IC: L’oeuvre de Spoerri, par son renversement vertical, propose un point de vue surplombant qui devient frontal – dans ce sens il joue sur l’illusionnisme et la « désillusion » du regard ; et les objets y sont considérés pour eux-mêmes. Dans les Paysages avec Poussin et témoins oculaires et Premier rêve d’Oskar Fischinger, on trouve également des changements de points de vue, puisque l’on se déplace dans les installations après les avoir abordées de manière frontale, suivant un mode perspectif. Les cadrages et le montage du film permettent aussi de voir les mêmes objets à différentes distances. Dans ces installations, les objets sont choisis pour leur symbolique historique, sociale ou émotionnelle, mais constituent également des éléments graphiques et picturaux.
JC: Pourquoi le choix d’un tableau de Nicolas Poussin comme modèle ? Permet-il de mieux développer un processus de déconstruction, de reconstruction, d’organisation ?
IC: Les tableaux paysagers de Nicolas Poussin m’ont intéressée parce qu’ils sont archétypiques du paysage classique. La construction de ces peintures, avec une structure géométrique forte, leur donnent un caractère abstrait qui permet une transposition en d’autres formes.

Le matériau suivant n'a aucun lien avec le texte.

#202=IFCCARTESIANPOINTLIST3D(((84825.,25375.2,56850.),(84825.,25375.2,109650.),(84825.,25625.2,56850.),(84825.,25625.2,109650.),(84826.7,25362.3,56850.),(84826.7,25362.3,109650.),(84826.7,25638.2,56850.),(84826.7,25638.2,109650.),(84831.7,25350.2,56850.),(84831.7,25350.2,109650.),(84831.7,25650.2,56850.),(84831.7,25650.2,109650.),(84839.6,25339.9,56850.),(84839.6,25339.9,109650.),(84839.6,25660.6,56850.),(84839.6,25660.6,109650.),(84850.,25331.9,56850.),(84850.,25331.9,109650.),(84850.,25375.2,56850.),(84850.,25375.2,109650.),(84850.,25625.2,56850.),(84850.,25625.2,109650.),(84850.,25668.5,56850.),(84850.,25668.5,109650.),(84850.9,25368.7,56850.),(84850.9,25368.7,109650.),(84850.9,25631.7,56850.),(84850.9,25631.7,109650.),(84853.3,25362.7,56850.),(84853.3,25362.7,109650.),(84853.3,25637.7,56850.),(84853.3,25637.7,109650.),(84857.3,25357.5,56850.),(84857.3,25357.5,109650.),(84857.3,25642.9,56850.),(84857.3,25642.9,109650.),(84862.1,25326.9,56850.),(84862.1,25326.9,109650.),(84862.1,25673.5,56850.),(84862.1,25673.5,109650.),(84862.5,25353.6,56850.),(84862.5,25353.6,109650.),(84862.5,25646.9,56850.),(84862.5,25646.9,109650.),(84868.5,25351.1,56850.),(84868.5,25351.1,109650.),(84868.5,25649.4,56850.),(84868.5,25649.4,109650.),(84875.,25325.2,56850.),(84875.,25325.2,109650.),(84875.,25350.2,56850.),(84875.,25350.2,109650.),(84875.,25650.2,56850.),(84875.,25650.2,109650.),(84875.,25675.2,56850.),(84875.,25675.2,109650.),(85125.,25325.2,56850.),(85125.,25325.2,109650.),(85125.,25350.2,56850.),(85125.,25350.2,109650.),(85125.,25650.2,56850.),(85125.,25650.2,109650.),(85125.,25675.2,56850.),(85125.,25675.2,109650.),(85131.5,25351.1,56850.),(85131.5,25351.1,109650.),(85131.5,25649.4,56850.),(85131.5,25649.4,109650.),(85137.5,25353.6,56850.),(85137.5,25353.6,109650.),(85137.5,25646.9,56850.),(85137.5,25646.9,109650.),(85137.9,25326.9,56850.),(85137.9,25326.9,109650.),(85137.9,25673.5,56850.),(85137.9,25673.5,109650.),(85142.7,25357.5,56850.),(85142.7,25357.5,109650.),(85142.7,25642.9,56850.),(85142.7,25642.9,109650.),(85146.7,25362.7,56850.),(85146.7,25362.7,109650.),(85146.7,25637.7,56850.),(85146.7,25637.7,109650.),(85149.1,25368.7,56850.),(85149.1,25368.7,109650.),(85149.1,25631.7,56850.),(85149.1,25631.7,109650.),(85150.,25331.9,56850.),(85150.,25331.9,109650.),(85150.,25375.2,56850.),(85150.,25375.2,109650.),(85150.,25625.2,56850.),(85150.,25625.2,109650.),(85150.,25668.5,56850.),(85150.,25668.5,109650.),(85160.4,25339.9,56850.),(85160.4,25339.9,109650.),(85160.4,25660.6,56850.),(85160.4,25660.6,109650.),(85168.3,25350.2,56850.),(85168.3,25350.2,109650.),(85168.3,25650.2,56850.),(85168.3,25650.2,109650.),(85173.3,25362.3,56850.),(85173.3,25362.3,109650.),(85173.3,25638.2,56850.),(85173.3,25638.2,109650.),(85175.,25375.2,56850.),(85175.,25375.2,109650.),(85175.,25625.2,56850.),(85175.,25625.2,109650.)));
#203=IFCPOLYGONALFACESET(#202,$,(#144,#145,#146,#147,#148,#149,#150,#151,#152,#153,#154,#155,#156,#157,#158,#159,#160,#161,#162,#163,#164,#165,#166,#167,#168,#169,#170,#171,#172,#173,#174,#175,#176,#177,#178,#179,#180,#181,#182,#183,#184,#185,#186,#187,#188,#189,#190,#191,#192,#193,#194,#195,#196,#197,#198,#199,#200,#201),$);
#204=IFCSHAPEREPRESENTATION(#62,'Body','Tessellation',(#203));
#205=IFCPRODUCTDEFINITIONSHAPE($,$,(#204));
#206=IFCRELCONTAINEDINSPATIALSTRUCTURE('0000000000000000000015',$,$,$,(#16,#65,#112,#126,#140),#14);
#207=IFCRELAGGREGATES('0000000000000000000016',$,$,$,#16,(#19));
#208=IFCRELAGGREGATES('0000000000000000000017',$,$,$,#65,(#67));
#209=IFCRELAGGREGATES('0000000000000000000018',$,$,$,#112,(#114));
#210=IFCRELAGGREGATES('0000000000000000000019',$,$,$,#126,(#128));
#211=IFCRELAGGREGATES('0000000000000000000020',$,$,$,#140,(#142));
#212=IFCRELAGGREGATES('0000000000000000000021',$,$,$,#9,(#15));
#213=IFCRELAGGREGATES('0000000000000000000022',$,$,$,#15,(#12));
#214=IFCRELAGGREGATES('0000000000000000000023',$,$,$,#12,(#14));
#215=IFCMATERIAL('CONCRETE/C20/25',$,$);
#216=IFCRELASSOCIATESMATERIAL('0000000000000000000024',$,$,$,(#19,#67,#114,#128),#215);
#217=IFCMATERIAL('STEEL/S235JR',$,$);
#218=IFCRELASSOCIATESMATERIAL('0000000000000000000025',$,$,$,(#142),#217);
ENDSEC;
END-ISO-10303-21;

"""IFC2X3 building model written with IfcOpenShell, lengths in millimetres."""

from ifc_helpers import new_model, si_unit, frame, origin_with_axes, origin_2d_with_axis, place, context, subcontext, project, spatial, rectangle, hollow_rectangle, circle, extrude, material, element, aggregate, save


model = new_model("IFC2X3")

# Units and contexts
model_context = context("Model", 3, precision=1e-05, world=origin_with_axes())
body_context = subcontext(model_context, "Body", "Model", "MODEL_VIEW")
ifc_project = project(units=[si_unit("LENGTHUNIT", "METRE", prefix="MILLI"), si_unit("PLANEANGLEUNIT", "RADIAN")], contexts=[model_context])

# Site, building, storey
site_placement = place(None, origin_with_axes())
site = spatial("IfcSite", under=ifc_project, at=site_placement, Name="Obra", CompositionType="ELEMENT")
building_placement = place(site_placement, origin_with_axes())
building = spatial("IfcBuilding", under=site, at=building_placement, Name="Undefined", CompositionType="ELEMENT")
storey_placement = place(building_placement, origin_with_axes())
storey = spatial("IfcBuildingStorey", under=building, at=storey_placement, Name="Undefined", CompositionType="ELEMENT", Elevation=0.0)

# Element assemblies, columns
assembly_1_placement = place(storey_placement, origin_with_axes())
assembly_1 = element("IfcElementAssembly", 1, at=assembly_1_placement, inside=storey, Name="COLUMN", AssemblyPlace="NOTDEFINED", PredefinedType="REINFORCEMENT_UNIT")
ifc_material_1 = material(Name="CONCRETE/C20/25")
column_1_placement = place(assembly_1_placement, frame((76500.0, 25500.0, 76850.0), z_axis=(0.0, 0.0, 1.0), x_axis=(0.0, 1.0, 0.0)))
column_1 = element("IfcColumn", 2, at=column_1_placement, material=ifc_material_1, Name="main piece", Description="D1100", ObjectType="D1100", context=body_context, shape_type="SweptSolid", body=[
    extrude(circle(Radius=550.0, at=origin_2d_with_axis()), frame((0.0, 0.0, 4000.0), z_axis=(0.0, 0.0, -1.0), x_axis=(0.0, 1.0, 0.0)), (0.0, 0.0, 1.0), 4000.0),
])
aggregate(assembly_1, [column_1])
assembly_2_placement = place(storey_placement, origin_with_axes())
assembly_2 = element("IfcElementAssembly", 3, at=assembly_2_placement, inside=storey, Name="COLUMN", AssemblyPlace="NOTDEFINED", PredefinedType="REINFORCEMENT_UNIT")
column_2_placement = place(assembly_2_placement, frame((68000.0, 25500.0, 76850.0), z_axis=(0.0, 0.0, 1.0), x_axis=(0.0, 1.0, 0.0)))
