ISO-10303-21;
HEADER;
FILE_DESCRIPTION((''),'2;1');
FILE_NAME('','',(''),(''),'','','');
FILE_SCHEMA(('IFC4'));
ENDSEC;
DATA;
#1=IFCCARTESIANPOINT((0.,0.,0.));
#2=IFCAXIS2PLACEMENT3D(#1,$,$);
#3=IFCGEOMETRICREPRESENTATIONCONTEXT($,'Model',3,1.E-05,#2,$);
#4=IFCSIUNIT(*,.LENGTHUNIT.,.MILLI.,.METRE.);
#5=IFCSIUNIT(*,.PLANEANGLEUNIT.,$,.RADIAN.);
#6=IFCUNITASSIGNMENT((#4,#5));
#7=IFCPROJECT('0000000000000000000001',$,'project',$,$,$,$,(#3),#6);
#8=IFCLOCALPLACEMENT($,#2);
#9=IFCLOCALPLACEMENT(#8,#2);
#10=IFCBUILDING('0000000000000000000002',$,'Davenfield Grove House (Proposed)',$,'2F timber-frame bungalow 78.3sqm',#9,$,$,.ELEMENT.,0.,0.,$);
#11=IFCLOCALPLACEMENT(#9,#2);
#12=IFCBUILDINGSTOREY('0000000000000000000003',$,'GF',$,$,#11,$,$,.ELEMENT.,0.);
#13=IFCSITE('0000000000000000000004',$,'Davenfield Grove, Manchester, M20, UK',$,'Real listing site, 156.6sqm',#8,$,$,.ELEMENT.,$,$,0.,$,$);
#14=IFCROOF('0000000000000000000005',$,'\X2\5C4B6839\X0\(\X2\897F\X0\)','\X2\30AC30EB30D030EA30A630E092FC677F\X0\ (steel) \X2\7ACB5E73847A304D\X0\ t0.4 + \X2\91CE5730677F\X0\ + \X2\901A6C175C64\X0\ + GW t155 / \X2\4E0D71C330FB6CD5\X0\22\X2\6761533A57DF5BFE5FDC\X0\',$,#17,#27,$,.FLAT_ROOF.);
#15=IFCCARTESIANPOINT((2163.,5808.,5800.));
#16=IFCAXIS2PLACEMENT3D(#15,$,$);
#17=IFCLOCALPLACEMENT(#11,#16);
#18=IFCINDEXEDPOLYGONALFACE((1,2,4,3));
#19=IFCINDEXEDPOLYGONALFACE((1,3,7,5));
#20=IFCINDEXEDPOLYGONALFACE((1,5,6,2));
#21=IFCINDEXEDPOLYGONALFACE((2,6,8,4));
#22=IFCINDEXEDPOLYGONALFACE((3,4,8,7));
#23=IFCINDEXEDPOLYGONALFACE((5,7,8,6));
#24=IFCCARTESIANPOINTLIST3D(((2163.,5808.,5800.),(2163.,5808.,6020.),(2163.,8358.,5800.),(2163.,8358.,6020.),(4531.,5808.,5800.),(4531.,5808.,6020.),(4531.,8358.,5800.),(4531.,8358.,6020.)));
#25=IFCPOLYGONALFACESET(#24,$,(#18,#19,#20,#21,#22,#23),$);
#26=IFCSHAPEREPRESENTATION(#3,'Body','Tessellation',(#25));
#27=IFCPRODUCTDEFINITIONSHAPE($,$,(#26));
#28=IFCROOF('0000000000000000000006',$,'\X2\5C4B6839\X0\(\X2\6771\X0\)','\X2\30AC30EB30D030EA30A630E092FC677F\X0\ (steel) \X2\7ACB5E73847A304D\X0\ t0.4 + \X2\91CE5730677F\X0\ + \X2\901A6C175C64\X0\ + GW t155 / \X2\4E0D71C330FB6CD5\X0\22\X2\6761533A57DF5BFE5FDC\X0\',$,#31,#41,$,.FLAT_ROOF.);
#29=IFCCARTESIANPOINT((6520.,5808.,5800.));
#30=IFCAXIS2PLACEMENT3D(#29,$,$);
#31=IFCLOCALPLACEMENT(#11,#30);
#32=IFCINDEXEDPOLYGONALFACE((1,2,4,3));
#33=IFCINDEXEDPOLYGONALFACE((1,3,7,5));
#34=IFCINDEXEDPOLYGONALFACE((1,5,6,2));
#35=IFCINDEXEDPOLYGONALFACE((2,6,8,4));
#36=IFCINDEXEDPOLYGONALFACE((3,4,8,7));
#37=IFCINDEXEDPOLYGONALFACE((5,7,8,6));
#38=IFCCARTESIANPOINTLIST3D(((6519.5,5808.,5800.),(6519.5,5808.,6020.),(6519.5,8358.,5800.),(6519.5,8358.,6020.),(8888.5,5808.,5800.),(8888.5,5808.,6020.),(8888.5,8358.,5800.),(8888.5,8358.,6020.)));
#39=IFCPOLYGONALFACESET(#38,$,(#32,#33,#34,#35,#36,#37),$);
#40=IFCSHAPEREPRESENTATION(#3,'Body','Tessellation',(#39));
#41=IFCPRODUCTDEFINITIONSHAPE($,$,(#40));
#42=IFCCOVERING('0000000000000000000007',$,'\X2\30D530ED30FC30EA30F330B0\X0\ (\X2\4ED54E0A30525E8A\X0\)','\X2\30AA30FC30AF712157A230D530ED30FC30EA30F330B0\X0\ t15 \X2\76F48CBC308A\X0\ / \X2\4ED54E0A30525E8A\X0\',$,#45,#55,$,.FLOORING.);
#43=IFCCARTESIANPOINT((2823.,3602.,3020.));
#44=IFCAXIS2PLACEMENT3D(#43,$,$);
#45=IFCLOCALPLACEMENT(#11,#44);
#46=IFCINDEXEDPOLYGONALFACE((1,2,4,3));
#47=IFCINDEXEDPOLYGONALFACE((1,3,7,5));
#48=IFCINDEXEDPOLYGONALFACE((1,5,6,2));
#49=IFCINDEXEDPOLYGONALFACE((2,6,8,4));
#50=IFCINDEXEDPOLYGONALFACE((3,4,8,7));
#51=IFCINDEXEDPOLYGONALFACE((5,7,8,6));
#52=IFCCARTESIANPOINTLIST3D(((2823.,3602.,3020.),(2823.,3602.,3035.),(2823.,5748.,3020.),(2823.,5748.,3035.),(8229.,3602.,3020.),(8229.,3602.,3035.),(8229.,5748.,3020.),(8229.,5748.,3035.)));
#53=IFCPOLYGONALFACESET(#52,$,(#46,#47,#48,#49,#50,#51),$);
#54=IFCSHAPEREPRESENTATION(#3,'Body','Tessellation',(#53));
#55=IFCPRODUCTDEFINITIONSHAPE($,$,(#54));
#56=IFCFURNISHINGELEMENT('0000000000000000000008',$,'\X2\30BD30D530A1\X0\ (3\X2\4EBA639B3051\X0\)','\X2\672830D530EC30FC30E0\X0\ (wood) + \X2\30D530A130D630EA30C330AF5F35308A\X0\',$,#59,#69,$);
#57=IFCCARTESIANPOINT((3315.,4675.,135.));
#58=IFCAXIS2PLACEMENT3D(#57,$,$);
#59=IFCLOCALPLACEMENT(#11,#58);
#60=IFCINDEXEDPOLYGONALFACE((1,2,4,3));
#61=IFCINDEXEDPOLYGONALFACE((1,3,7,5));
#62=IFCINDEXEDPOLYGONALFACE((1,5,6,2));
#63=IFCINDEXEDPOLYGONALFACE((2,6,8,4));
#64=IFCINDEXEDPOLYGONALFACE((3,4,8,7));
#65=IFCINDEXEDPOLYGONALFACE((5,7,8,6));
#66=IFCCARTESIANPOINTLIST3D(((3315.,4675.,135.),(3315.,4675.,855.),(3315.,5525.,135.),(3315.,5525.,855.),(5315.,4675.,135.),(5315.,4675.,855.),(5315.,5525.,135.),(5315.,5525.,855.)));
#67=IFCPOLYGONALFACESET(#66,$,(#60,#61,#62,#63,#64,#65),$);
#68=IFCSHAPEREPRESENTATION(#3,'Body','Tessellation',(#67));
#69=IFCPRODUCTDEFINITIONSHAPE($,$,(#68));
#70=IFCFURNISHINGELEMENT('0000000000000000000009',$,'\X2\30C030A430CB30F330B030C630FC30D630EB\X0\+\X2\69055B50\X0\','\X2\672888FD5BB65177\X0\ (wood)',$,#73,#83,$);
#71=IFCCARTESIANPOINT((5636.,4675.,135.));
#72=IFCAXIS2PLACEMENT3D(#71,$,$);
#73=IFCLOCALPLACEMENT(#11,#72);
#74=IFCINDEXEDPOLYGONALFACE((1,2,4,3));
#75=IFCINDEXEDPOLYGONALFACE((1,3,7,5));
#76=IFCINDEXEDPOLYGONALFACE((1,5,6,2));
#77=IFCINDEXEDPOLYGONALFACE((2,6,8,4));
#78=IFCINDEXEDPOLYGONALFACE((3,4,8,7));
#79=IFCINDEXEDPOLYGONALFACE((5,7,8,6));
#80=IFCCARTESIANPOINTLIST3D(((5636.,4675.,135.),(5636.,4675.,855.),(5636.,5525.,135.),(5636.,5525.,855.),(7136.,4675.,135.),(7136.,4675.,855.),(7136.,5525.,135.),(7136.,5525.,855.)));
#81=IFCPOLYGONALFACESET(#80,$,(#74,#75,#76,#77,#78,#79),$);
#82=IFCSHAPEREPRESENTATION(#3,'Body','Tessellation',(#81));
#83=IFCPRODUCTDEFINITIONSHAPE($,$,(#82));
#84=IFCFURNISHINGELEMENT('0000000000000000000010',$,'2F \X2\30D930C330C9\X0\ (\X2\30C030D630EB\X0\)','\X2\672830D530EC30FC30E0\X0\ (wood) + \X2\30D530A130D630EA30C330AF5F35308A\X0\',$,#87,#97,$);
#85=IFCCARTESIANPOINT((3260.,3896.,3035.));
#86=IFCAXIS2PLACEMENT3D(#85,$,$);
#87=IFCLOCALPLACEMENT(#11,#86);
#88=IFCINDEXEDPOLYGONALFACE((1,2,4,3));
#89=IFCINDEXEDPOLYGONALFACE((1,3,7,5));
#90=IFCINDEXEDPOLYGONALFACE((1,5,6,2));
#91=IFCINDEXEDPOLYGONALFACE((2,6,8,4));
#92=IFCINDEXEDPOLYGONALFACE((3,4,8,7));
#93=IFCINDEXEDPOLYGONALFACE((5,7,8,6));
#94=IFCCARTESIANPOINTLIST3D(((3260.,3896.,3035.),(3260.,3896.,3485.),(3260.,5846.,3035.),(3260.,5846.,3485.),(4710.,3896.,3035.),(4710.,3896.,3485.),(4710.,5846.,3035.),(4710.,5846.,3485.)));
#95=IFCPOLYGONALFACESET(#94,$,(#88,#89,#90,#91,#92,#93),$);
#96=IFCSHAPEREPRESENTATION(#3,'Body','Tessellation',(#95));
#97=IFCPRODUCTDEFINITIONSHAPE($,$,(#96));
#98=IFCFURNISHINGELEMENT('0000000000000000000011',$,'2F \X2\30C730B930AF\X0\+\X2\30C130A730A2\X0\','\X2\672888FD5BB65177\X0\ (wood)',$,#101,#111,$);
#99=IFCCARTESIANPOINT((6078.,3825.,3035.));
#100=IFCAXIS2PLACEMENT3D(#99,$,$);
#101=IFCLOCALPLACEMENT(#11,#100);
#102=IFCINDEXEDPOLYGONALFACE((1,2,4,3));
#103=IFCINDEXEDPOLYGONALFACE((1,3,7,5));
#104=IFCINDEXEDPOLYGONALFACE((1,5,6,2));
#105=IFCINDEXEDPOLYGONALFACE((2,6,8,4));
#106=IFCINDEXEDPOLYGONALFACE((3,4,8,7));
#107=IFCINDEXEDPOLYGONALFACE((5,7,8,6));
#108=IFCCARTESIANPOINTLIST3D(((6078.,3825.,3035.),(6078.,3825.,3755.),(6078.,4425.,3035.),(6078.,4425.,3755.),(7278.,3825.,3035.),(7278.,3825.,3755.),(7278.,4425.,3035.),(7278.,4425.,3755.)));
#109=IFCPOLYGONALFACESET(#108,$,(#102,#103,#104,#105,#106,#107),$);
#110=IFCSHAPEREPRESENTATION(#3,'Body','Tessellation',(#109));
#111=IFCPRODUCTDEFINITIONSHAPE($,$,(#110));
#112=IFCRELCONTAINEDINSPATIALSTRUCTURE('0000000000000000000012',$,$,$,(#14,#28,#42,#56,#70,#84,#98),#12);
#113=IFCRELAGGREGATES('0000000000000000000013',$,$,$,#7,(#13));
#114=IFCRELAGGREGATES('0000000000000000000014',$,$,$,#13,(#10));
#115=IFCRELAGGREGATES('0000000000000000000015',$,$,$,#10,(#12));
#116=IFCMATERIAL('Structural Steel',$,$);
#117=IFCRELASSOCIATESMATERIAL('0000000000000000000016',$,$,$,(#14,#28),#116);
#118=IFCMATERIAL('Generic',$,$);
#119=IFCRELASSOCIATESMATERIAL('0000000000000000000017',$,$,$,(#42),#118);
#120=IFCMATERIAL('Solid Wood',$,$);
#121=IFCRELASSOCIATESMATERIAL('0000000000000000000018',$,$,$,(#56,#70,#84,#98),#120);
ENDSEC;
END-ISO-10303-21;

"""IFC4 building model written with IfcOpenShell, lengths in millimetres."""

from ifc_helpers import new_model, si_unit, frame, frame_2d, origin, place, context, project, spatial, rectangle, extrude, material, element, save


model = new_model("IFC4")

# Units and contexts
model_context = context("Model", 3, precision=1e-05, world=origin())
ifc_project = project(units=[si_unit("LENGTHUNIT", "METRE", prefix="MILLI"), si_unit("PLANEANGLEUNIT", "RADIAN")], contexts=[model_context])

# Site, building, storey
site_placement = place(None, origin())
site = spatial("IfcSite", under=ifc_project, at=site_placement, Name="Davenfield Grove, Manchester, M20, UK", ObjectType="Real listing site, 156.6sqm", CompositionType="ELEMENT", RefElevation=0.0)
building_placement = place(site_placement, origin())
building = spatial("IfcBuilding", under=site, at=building_placement, Name="Davenfield Grove House (Proposed)", ObjectType="2F timber-frame bungalow 78.3sqm", CompositionType="ELEMENT", ElevationOfRefHeight=0.0, ElevationOfTerrain=0.0)
storey_placement = place(building_placement, origin())
storey = spatial("IfcBuildingStorey", under=building, at=storey_placement, Name="GF", CompositionType="ELEMENT", Elevation=0.0)

# Shared definitions
ifc_material_1 = material(Name="Solid Wood")

# Roofs
ifc_material_2 = material(Name="Structural Steel")
roof_1_placement = place(storey_placement, frame((2163.0, 5808.0, 5800.0)))
element("IfcRoof", 1, at=roof_1_placement, inside=storey, material=ifc_material_2, Name="屋根(西)", Description="ガルバリウム鋼板 (steel) 立平葺き t0.4 + 野地板 + 通気層 + GW t155 / 不燃・法22条区域対応", PredefinedType="FLAT_ROOF", context=model_context, shape_type="SweptSolid", body=[
    extrude(rectangle(XDim=2368.0, YDim=2550.0, at=frame_2d((1184.0, 1275.0))), frame((2163.0, 5808.0, 5800.0)), (0.0, 0.0, 1.0), 220.0),
])
roof_2_placement = place(storey_placement, frame((6520.0, 5808.0, 5800.0)))
element("IfcRoof", 2, at=roof_2_placement, inside=storey, material=ifc_material_2, Name="屋根(東)", Description="ガルバリウム鋼板 (steel) 立平葺き t0.4 + 野地板 + 通気層 + GW t155 / 不燃・法22条区域対応", PredefinedType="FLAT_ROOF", context=model_context, shape_type="SweptSolid", body=[
    extrude(rectangle(XDim=2369.0, YDim=2550.0, at=frame_2d((1184.0, 1275.0))), frame((6520.0, 5808.0, 5800.0)), (0.0, 0.0, 1.0), 220.0),
])

# Covering
ifc_material_3 = material(Name="Generic")
covering_placement = place(storey_placement, frame((2823.0, 3602.0, 3020.0)))
element("IfcCovering", 3, at=covering_placement, inside=storey, material=ifc_material_3, Name="フローリング (仕上げ床)", Description="オーク無垢フローリング t15 直貼り / 仕上げ床", PredefinedType="FLOORING", context=model_context, shape_type="SweptSolid", body=[
    extrude(rectangle(XDim=5406.0, YDim=2146.0, at=frame_2d((2703.0, 1073.0))), frame((2823.0, 3602.0, 3020.0)), (0.0, 0.0, 1.0), 15.0),
])

# Furnishing elements
furnishing_1_placement = place(storey_placement, frame((3315.0, 4675.0, 135.0)))
element("IfcFurnishingElement", 4, at=furnishing_1_placement, inside=storey, material=ifc_material_1, Name="ソファ (3人掛け)", Description="木フレーム (wood) + ファブリック張り", context=model_context, shape_type="SweptSolid", body=[
    extrude(rectangle(XDim=2000.0, YDim=850.0, at=frame_2d((1000.0, 425.0))), frame((3315.0, 4675.0, 135.0)), (0.0, 0.0, 1.0), 720.0),
])
furnishing_2_placement = place(storey_placement, frame((5636.0, 4675.0, 135.0)))
element("IfcFurnishingElement", 5, at=furnishing_2_placement, inside=storey, material=ifc_material_1, Name="ダイニングテーブル+椅子", Description="木製家具 (wood)", context=model_context, shape_type="SweptSolid", body=[
    extrude(rectangle(XDim=1500.0, YDim=850.0, at=frame_2d((750.0, 425.0))), frame((5636.0, 4675.0, 135.0)), (0.0, 0.0, 1.0), 720.0),
])
furnishing_3_placement = place(storey_placement, frame((3260.0, 3896.0, 3035.0)))
element("IfcFurnishingElement", 6, at=furnishing_3_placement, inside=storey, material=ifc_material_1, Name="2F ベッド (ダブル)", Description="木フレーム (wood) + ファブリック張り", context=model_context, shape_type="SweptSolid", body=[
    extrude(rectangle(XDim=1450.0, YDim=1950.0, at=frame_2d((725.0, 975.0))), frame((3260.0, 3896.0, 3035.0)), (0.0, 0.0, 1.0), 450.0),
])
furnishing_4_placement = place(storey_placement, frame((6078.0, 3825.0, 3035.0)))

JC: Tes oeuvres comportent une dimension théorique et référencée à l’histoire de l’art, ainsi qu’une réflexion plastique expérimentant divers supports, différentes techniques, un rapport à l’objet usuel ou décoratif ; cette approche est-elle le fait de ta double formation d’historienne de l’art et d’artiste plasticienne ?
IC: Ce rapport à l’histoire de l’art me parait plus prégnant dans le mode de construction et la problématique des pièces que dans l’usage de références précises, qui est finalement assez anecdotique – la relation de mes pièces à des oeuvres historiques étant très libre et transposée.

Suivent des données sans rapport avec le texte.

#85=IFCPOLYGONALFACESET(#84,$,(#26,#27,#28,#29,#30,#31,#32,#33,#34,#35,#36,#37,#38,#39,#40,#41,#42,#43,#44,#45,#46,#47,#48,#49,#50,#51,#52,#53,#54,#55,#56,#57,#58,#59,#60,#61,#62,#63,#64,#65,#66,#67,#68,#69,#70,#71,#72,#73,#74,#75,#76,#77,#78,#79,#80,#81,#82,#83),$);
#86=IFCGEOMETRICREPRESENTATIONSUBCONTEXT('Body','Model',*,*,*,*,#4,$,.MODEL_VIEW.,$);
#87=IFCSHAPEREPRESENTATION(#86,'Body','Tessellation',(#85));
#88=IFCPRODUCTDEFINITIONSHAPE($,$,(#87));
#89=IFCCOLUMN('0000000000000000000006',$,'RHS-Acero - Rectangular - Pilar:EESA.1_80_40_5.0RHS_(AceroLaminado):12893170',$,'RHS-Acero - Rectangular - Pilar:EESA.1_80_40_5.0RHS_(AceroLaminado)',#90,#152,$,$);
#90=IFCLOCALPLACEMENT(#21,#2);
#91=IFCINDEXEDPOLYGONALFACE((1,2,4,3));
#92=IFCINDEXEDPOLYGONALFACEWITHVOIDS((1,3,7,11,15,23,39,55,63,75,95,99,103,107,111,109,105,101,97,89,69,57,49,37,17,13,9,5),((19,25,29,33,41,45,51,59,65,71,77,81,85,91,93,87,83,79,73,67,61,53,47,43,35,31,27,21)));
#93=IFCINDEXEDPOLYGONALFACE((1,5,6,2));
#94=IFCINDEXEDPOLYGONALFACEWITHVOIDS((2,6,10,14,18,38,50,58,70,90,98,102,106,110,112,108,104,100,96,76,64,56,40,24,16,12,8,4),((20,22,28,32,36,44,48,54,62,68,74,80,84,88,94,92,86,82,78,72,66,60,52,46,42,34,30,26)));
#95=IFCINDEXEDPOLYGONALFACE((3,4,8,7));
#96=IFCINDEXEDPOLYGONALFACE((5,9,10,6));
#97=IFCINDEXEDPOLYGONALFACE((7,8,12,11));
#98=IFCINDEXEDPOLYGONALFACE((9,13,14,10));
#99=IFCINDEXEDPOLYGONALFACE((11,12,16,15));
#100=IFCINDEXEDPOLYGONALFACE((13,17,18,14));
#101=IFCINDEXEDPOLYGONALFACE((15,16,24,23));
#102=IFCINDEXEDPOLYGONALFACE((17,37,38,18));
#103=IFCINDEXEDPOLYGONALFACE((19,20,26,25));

JC: Nicolas Poussin construisait ses tableaux en s’aidant de maquettes et de figurines, procèdes-tu de même pour composer tes installations ?
IC: Poussin plaçait ses figurines dans une boite pour ensuite les regarder à travers un trou et retrouver ainsi la frontalité et la planéité de l’image picturale. Pour ma part, je réalise des maquettes pour avoir une idée de l’occupation des objets (socles et cimaises) dans l’espace, et aussi pour visualiser la composition qu’ils forment depuis un point de vue frontal – le travail de composition se finalise toujours avec les objets réels, dans l’espace d’exposition. Socles et cimaises constituent le mobilier muséographique valorisant l’objet exposé.
JC: Pourquoi le choix de ce vocabulaire ? Pourquoi un mobilier adoptant une forme sculpturale et décorative ?
IC: Ce mobilier détermine un contexte pour appréhender les objets : c’est un contexte historicisé par les champs de la muséographie, des arts décoratifs et du design, et problématisé au sein de l’art conceptuel et de l’art minimal qui en a opéré une réduction ; c’est plutôt dans cette perspective que je me place. S’il y a brouillage des catégories esthétiques, c’est plus à cet endroit que dans le choix d’objets de sources diverses.